Gender distributions vary across ecosystems. Specifically, many ecosystems related to web development, especially front end, for example, Meteor and RubyGems, have higher women percentages. In comparison, several ecosystems related to system programming, for example, CPAN and PlatformIO, have lower gender diversity. Our finding agrees with Vasarhelyi et al.’s finding [56] that contributors in front-end programming languages are more likely to be women.

There are more core women contributors among big open source projects. When computing women’s percentage among core contributors, we focused on only the biggest projects, whose commits are ranked top 10% in that ecosystem. We found that, among the biggest projects, whose commits are ranked the top 10% in that ecosystem, the percentage of women among core contributors is higher than that of among all contributors.

Open Research Questions

Reasons behind the increase: While our analysis and several recent studies [41, 48] reported a similar trend of increasing percentage of women among open source contributors, we do not yet understand how this has happened. Is it by chance or because some prior diversity efforts have been effective? Are hackathons [39], coding camps [43], or conferences effective in attracting and retaining women contributors? Future research can analyze the reasons behind the increased women’s percentage and reflect on the outcome of prior efforts to improve diversity. Such studies can inform the design and deployment of future diversity and inclusion activities.

Ecosystem difference: Our study provides another piece of evidence that the differences in gender representation could be due to the functions of the programming languages. However, more in-depth and targeted studies are needed to test the speculation or provide a reasonable explanation. Is the disparity due to the nature of the programming languages or some community practices?

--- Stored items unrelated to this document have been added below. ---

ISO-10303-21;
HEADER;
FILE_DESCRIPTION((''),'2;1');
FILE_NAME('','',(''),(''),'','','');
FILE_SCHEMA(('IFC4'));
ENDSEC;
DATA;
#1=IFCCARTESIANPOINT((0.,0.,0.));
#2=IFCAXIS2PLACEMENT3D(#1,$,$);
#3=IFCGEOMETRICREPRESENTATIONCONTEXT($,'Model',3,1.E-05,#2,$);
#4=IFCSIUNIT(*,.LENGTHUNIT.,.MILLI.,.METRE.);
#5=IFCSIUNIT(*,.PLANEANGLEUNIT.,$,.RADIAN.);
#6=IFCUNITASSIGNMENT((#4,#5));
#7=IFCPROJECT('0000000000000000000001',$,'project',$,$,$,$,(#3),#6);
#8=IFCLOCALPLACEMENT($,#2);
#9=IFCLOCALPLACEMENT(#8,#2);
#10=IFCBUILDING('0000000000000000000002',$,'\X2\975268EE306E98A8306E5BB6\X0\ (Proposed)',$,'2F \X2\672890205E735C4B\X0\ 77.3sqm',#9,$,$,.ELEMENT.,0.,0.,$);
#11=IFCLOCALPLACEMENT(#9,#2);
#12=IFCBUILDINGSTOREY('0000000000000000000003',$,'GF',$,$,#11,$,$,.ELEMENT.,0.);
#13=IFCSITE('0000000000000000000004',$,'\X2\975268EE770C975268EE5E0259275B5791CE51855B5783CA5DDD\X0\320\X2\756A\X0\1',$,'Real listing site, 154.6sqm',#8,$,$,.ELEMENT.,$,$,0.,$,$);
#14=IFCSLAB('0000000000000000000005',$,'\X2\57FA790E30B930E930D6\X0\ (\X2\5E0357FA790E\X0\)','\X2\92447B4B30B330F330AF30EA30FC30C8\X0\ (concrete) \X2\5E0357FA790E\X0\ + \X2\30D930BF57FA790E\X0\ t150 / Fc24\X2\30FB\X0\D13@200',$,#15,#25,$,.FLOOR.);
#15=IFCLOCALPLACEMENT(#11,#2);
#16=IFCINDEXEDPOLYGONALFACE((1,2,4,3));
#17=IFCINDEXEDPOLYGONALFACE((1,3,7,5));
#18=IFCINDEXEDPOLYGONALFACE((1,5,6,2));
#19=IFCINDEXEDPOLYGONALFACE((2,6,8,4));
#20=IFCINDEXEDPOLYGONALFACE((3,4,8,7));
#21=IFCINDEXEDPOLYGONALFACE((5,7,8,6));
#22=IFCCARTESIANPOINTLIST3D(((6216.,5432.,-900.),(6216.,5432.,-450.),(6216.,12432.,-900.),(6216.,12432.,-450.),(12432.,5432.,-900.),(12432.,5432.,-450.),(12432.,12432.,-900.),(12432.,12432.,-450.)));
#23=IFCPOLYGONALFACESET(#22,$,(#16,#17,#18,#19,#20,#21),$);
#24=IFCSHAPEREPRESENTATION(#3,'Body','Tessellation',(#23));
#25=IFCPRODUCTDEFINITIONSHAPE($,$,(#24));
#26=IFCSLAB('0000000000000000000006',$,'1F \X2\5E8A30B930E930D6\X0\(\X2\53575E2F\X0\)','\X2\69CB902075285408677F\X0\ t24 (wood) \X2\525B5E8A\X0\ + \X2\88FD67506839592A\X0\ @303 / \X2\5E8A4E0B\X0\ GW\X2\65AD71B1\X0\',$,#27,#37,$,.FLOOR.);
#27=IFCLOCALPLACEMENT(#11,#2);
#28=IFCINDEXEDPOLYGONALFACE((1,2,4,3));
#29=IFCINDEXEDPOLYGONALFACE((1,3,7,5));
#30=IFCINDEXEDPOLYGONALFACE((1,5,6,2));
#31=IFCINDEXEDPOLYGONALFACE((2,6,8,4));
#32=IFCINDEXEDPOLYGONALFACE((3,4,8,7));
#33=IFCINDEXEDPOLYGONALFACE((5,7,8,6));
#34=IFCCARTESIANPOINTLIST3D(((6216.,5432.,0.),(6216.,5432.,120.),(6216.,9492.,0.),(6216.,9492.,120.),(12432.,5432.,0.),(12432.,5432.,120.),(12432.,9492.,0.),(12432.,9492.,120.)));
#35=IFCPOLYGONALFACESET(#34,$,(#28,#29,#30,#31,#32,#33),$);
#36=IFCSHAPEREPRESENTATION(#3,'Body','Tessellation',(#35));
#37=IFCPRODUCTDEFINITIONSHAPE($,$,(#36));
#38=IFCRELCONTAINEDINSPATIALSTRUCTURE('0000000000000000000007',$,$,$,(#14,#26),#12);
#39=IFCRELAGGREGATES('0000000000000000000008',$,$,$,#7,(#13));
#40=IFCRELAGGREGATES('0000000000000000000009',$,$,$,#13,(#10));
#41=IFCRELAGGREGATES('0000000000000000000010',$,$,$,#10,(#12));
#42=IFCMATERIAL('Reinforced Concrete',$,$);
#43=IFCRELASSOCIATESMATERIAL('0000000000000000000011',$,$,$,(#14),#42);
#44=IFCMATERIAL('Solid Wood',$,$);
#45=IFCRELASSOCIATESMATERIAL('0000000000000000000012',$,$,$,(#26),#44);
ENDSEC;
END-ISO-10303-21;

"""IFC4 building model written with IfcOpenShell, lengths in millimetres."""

from ifc_helpers import new_model, si_unit, frame, frame_2d, origin, place, context, project, spatial, rectangle, extrude, material, element, save


model = new_model("IFC4")

# Units and contexts
model_context = context("Model", 3, precision=1e-05, world=origin())
ifc_project = project(units=[si_unit("LENGTHUNIT", "METRE", prefix="MILLI"), si_unit("PLANEANGLEUNIT", "RADIAN")], contexts=[model_context])

# Site, building, storey
site_placement = place(None, origin())
site = spatial("IfcSite", under=ifc_project, at=site_placement, Name="青森県青森市大字野内字菊川320番1", ObjectType="Real listing site, 154.6sqm", CompositionType="ELEMENT", RefElevation=0.0)
building_placement = place(site_placement, origin())
building = spatial("IfcBuilding", under=site, at=building_placement, Name="青森の風の家 (Proposed)", ObjectType="2F 木造平屋 77.3sqm", CompositionType="ELEMENT", ElevationOfRefHeight=0.0, ElevationOfTerrain=0.0)
storey_placement = place(building_placement, origin())
storey = spatial("IfcBuildingStorey", under=building, at=storey_placement, Name="GF", CompositionType="ELEMENT", Elevation=0.0)

# Slabs
ifc_material_1 = material(Name="Reinforced Concrete")
slab_1_placement = place(storey_placement, frame((3108.0, 2716.0, -450.0)))
element("IfcSlab", 1, at=slab_1_placement, inside=storey, material=ifc_material_1, Name="基礎スラブ (布基礎)", Description="鉄筋コンクリート (concrete) 布基礎 + ベタ基礎 t150 / Fc24・D13@200", PredefinedType="FLOOR", context=model_context, shape_type="SweptSolid", body=[
    extrude(rectangle(XDim=6216.0, YDim=7000.0, at=frame_2d((3108.0, 3500.0))), frame((3108.0, 2716.0, -450.0)), (0.0, 0.0, 1.0), 450.0),
])
ifc_material_2 = material(Name="Solid Wood")
slab_2_placement = place(storey_placement, frame((3108.0, 2716.0, 0.0)))
element("IfcSlab", 2, at=slab_2_placement, inside=storey, material=ifc_material_2, Name="1F 床スラブ(南帯)", Description="構造用合板 t24 (wood) 剛床 + 製材根太 @303 / 床下 GW断熱", PredefinedType="FLOOR", context=model_context, shape_type="SweptSolid", body=[
    extrude(rectangle(XDim=6216.0, YDim=4060.0, at=frame_2d((3108.0, 2030.0))), frame((3108.0, 2716.0, 0.0)), (0.0, 0.0, 1.0), 120.0),
])

save(model, "model.ifc")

A fine-grained examination on women’s representation across open source: Although our analysis found differences in gender representation across ecosystems and the level of contributions, there are more ways to slide the data and pinpoint the places with skewer gender distribution. For example, we examined the percentage of women core contributors among big projects and found that the percentage is higher than among all contributors. This is different from a prior result where the percentage of women among core contributors is much lower than that among all contributors [8]. Future studies can further investigate the relationship between gender distributions and project sizes. Our study also did not investigate the non-code contributions. Future researchers can consider adding contributors who only contributed to issue discussions. There are also non-code contributions that are not visible on social coding platforms. Quantifying the gender distribution among these hidden contributors is an open research question.